她的嘴唇含得更深了,喉咙深处的软肉再次裹住了他的顶端,然后她的喉咙猛地收紧,像是活物的吸盘一样牢牢锁住了他的前端——
叶凌云彻底崩溃了。
他的腰猛地向上一顶,一股浓稠灼热的白浆在他喉咙深处轰然炸开,量多得惊人,直接灌满了她的口腔,又从她来不及闭合的唇角溢了出来,沿着下颌滴落,啪嗒啪嗒地落在她淡蓝色抹胸薄纱上,将那片本就极薄的纱料洇得更加透明。
沈月凝没有躲开,她甚至没有眨眼,只是用那双威严的眼眸直直地看着他,正红色的嘴唇依然紧紧裹着他,喉咙一下一下地吞咽着——咕咚,咕咚,咕咚——将口中的浓精一滴不剩地咽了下去。

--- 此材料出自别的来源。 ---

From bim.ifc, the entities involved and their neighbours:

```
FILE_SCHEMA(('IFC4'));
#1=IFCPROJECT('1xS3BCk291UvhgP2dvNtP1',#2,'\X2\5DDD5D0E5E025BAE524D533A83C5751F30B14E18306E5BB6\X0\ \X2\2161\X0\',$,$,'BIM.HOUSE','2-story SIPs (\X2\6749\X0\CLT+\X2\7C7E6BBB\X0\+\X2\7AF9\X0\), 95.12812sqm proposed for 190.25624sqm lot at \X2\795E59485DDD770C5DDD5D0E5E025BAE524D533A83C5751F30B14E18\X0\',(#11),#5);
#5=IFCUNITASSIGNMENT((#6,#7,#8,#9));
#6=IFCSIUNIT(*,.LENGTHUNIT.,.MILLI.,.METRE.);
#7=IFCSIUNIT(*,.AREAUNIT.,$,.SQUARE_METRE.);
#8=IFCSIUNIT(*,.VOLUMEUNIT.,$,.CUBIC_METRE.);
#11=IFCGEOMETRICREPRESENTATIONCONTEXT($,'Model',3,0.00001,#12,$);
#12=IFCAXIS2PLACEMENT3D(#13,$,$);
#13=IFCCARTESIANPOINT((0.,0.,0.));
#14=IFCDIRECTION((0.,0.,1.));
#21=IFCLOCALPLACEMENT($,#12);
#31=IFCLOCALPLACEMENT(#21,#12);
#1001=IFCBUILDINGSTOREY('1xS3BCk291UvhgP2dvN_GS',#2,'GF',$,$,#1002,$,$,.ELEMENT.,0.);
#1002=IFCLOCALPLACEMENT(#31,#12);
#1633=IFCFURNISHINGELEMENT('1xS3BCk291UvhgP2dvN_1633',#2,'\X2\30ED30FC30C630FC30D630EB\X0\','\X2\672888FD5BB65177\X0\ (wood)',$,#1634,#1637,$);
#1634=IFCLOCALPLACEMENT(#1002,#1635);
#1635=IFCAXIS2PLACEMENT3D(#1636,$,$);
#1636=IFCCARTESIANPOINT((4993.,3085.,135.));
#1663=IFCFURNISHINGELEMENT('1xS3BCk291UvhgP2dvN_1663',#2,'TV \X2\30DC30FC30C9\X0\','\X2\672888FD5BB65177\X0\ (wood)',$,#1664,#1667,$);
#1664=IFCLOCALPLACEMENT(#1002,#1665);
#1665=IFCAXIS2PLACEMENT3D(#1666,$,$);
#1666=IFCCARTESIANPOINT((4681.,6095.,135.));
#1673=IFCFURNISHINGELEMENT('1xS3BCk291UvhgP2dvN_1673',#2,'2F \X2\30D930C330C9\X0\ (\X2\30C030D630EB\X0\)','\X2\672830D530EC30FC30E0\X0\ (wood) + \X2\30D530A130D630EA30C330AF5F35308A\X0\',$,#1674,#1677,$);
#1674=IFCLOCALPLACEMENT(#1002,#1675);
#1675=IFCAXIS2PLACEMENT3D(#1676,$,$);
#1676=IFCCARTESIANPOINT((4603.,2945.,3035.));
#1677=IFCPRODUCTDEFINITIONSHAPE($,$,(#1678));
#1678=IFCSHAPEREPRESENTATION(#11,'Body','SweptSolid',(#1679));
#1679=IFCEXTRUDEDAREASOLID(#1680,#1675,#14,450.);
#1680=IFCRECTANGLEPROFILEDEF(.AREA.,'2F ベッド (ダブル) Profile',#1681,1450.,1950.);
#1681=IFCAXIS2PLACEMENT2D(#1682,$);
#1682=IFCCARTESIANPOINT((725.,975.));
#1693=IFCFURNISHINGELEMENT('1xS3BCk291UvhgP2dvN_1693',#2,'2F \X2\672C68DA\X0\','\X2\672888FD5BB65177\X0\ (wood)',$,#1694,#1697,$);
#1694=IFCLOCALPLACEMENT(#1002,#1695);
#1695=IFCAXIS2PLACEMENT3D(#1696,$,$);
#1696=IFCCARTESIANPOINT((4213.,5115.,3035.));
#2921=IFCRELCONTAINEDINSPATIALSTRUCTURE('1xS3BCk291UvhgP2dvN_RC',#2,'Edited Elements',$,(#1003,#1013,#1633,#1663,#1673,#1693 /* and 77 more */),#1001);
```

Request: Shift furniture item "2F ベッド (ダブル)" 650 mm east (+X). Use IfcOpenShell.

```python
import ifcopenshell
import ifcopenshell.api.geometry
import ifcopenshell.util.placement
import ifcopenshell.util.unit

model = ifcopenshell.open("bim.ifc")
unit_scale = ifcopenshell.util.unit.calculate_unit_scale(model)

item = model.by_guid("1xS3BCk291UvhgP2dvN_1673")
matrix = ifcopenshell.util.placement.get_local_placement(item.ObjectPlacement)
matrix[0, 3] += 0.65 / unit_scale
ifcopenshell.api.geometry.edit_object_placement(model, product=item, matrix=matrix, is_si=False)

print(ifcopenshell.util.placement.get_local_placement(item.ObjectPlacement).round(3) + 0.0)

model.write("bim_v2.ifc")
```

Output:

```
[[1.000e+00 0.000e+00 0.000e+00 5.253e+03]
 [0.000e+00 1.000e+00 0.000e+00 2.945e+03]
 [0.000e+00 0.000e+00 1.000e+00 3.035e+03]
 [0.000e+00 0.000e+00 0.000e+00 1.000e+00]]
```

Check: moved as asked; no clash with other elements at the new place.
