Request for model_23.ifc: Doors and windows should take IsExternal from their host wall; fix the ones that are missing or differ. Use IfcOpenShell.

First a look at what the model holds.

```python
import ifcopenshell
import ifcopenshell.util.element

model = ifcopenshell.open("model_23.ifc")
print(model.schema)
seen = {}
for e in model.by_type("IfcDoor") + model.by_type("IfcWindow"):
    if not e.FillsVoids:
        continue
    host = e.FillsVoids[0].RelatingOpeningElement.VoidsElements[0].RelatingBuildingElement
    own = ifcopenshell.util.element.get_pset(e, f"Pset_{e.is_a()[3:].removesuffix('StandardCase')}Common", "IsExternal")
    wall = ifcopenshell.util.element.get_pset(host, "Pset_WallCommon", "IsExternal")
    seen[e.is_a(), own, wall] = seen.get((e.is_a(), own, wall), 0) + 1
for (cls, own, wall), count in sorted(seen.items(), key=str):
    print(count, cls, "IsExternal:", own, "| host wall:", wall)
```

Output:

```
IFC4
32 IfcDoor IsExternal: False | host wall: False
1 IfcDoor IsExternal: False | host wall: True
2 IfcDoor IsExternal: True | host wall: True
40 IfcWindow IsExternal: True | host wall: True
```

```python
import ifcopenshell
import ifcopenshell.api.pset
import ifcopenshell.util.element

model = ifcopenshell.open("model_23.ifc")

count = 0
for ifc_class, pset_name in (("IfcDoor", "Pset_DoorCommon"), ("IfcWindow", "Pset_WindowCommon")):
    for e in model.by_type(ifc_class):
        if not e.FillsVoids:
            continue
        host = e.FillsVoids[0].RelatingOpeningElement.VoidsElements[0].RelatingBuildingElement
        external = ifcopenshell.util.element.get_pset(host, "Pset_WallCommon", "IsExternal")
        if external is None or ifcopenshell.util.element.get_pset(e, pset_name, "IsExternal") == external:
            continue
        pset = ifcopenshell.api.pset.add_pset(model, product=e, name=pset_name)
        ifcopenshell.api.pset.edit_pset(model, pset=pset, properties={"IsExternal": external})
        count += 1

print(count, "updated")

model.write("model_23-out.ifc")
```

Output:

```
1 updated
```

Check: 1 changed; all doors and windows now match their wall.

正红色的唇脂已经被完全吞干净了,露出嘴唇本来的淡粉色,但唇角还挂着一道白浊的残痕,和她威严冷艳的面容形成了令人窒息的淫靡反差。
“咳……”她终于松开了嘴,用手背擦了擦嘴角的残液,正红色蔻丹在脸颊上划出一道浅淡的红痕。
她站起身,低头看着瘫软在榻上的叶凌云,嘴角微微上扬。
“天赋,很好。非常好。”
她的声音沙哑而慵懒,但语气里的满意是真实的。
她伸手解开腰间金色宽腰带的搭扣,动作从容而优雅,和方才那种贪婪的吞吐形成了鲜明对比。
腰带的金属搭扣发出一声清脆的咔嗒声,然后整条金色宽腰带便从她腰间滑落,落在了汉白玉地面上,发出沉重的金属撞击声。
宝蓝色法袍没有了腰带的束缚,彻底敞开了。
她将法袍从肩头缓缓褪下,那件华美的宝蓝色灵蚕丝法袍便如流水般从她身上滑落,在地面上堆叠成一圈宝蓝色的涟漪。
法袍之下,她的身体只剩两件衣物——淡蓝色半透明抹胸薄纱,和极薄的肉色无缝连裤丝袜。
没有了法袍的遮掩,她的身段完整地暴露在午后的阳光中。
那是一种足以让任何男人失去理智的极致丰腴——肩头圆润白皙,锁骨精致平直,细长优雅的脖颈下,H杯的饱满胸脯被淡蓝色薄纱紧紧裹着,纱料被撑到几乎透明的程度,隐约可见薄纱下那两颗浑圆硕大的乳房完整的轮廓和前端微微凸起的暗红色蓓蕾。
那对乳房大得惊人,沉甸甸地垂在她胸前,在薄纱中随着她的呼吸轻轻晃动,每晃一下都像是两团被薄纱兜住的凝脂在微微颤抖。
薄纱中央那道深邃的沟壑此刻更加深刻了,阳光照进那道沟壑中,在胸口投下一道幽暗而诱人的阴影。